# Wife wants Kids - I don't



## filo123 (Oct 31, 2012)

My wife and I met 8 year ago. We've been married for 3.5. We are both 26 yrs old. Before we got married we had multiple conversation about having children. We both agreed that we really didn't want any kids. After marriage we considered me getting a vasectomy. I even went to the doctor and he suggested I wait a few years and if we still wanted to go through with it then we could do it. So we decided to wait on that. 

This past year, a lot of our family members and friends have gotten pregnant and had kids. Her brother's wife is pregant now and due in 4 months. Somehow all these babies seemed to have sparked babymania in her.

I know I am not ready to be a father and I also don't want that responsibility. Raising a child is time consuming, expensive and emotionally draining. Yes, it can be very rewarding but it is not something that I desire right now. 

What bugs me is that she says things like:
-Don't you love me enough to want to have a baby with me
- She has also brought up the idea of adopting because she doesn't want to get "fat", which I definately do not want to do. I just feel that I would have a difficult time bonding. And she tells me that I am heartless for not wanting to help an orphaned child. 

Here is another thing that bothers me. We have taken care of my nephews and her little cousins and it ends up being me who watches them, feeds them, changes them, etc. and she will go off and take her afternoon naps.

If this is the way she is with kids I don't want it to be the case with our children if we ever do have one.


----------



## EleGirl (Dec 3, 2011)

Have you pointed out to her that she does not even help that much when children visit?
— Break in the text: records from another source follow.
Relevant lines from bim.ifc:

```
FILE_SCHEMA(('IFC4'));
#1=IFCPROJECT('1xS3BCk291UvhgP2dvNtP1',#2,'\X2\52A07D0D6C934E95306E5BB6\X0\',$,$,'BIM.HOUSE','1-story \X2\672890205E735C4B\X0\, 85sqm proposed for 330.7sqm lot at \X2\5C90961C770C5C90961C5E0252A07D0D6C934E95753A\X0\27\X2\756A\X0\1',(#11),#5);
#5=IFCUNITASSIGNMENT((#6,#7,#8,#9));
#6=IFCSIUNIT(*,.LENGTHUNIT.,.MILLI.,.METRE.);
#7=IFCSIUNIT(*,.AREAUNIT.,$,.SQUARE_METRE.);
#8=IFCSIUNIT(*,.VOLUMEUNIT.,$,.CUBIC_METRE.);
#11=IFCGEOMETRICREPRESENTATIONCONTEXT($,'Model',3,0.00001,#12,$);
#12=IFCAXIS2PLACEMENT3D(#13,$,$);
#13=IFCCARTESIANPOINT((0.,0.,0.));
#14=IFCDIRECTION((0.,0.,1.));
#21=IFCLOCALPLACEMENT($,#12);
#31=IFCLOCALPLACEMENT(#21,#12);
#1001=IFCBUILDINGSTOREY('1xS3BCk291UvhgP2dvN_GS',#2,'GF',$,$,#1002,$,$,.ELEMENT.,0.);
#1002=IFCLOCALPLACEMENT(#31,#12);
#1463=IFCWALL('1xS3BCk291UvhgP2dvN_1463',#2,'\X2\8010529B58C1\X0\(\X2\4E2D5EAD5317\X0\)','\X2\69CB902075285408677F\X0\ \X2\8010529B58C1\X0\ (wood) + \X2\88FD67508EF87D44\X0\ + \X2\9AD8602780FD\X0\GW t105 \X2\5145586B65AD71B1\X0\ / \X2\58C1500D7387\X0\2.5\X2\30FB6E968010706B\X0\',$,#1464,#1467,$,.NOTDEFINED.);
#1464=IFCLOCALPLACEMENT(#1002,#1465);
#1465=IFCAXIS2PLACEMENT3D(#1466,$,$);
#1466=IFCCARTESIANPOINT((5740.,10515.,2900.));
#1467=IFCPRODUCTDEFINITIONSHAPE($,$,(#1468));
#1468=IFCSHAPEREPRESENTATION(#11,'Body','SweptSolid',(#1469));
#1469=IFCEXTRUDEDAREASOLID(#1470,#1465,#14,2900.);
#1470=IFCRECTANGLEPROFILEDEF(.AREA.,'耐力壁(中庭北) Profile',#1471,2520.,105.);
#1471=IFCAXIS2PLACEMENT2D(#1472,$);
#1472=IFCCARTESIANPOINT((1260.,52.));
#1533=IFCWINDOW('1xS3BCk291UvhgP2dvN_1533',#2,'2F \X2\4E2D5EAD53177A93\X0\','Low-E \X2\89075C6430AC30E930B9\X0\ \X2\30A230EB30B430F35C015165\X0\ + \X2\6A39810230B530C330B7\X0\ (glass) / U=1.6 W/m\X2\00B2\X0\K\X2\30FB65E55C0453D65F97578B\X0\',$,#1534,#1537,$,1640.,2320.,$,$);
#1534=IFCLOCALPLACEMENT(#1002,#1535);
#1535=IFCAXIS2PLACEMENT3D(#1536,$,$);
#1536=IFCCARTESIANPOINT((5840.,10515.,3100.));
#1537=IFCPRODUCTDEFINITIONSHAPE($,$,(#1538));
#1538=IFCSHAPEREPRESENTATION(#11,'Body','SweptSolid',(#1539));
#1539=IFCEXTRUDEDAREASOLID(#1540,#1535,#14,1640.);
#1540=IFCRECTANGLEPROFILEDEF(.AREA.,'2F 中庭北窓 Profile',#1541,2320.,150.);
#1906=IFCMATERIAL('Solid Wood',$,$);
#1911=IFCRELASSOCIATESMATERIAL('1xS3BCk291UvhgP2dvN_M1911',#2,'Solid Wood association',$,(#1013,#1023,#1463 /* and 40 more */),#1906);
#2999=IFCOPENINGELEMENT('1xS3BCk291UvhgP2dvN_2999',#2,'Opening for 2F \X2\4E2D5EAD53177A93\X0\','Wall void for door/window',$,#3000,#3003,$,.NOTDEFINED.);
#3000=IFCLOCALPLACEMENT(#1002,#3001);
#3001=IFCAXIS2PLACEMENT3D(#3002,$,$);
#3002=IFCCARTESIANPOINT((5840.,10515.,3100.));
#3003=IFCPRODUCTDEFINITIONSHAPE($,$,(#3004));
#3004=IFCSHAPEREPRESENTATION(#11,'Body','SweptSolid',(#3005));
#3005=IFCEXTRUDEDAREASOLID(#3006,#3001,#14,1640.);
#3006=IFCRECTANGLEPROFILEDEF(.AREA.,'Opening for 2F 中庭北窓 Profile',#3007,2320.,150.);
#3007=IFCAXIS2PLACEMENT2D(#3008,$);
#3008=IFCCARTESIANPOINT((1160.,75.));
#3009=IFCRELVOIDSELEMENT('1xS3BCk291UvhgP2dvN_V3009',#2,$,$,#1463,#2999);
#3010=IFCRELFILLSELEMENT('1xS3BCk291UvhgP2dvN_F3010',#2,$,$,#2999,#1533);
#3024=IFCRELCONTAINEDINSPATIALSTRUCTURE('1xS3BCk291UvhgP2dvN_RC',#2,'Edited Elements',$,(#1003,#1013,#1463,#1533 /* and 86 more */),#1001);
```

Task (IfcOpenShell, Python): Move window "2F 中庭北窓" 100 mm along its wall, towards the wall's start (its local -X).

```python
import ifcopenshell
import ifcopenshell.api.geometry
import ifcopenshell.util.placement

model = ifcopenshell.open("bim.ifc")

window = model.by_guid("1xS3BCk291UvhgP2dvN_1533")
opening = window.FillsVoids[0].RelatingOpeningElement
wall = opening.VoidsElements[0].RelatingBuildingElement

wall_matrix = ifcopenshell.util.placement.get_local_placement(wall.ObjectPlacement)
shift = wall_matrix[:3, 0] * -100.0
before = ifcopenshell.util.placement.get_local_placement(window.ObjectPlacement)[:3, 3].copy()

# The window is not placed relative to its opening, so move both.
for product in (opening, window):
    matrix = ifcopenshell.util.placement.get_local_placement(product.ObjectPlacement)
    matrix[:3, 3] += shift
    ifcopenshell.api.geometry.edit_object_placement(model, product=product, matrix=matrix, is_si=False)

after = ifcopenshell.util.placement.get_local_placement(window.ObjectPlacement)[:3, 3]
print("window moved by", (after - before).round(3) + 0.0)

model.write("bim-out.ifc")
```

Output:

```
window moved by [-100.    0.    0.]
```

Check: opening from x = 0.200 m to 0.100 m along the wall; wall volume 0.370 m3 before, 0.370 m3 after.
Does your wife realize how expensive and hard it is to adopt a child, especially a healthy baby?


----------



## Wiltshireman (Jan 23, 2013)

OP,

You say that you and your wife talked about having children before you married at at that time both agreed that "didn't realy want kids".
Now years later your wife has started to change her mind, this is not supprising or unusual, we all change and grow over time, the desire for children can (as in your case) be triggered by seeing others having them or by the body clock starting to tick faster. You are lucky you are both still young so you do not need to rush into anything now. Your own views may change in years to come.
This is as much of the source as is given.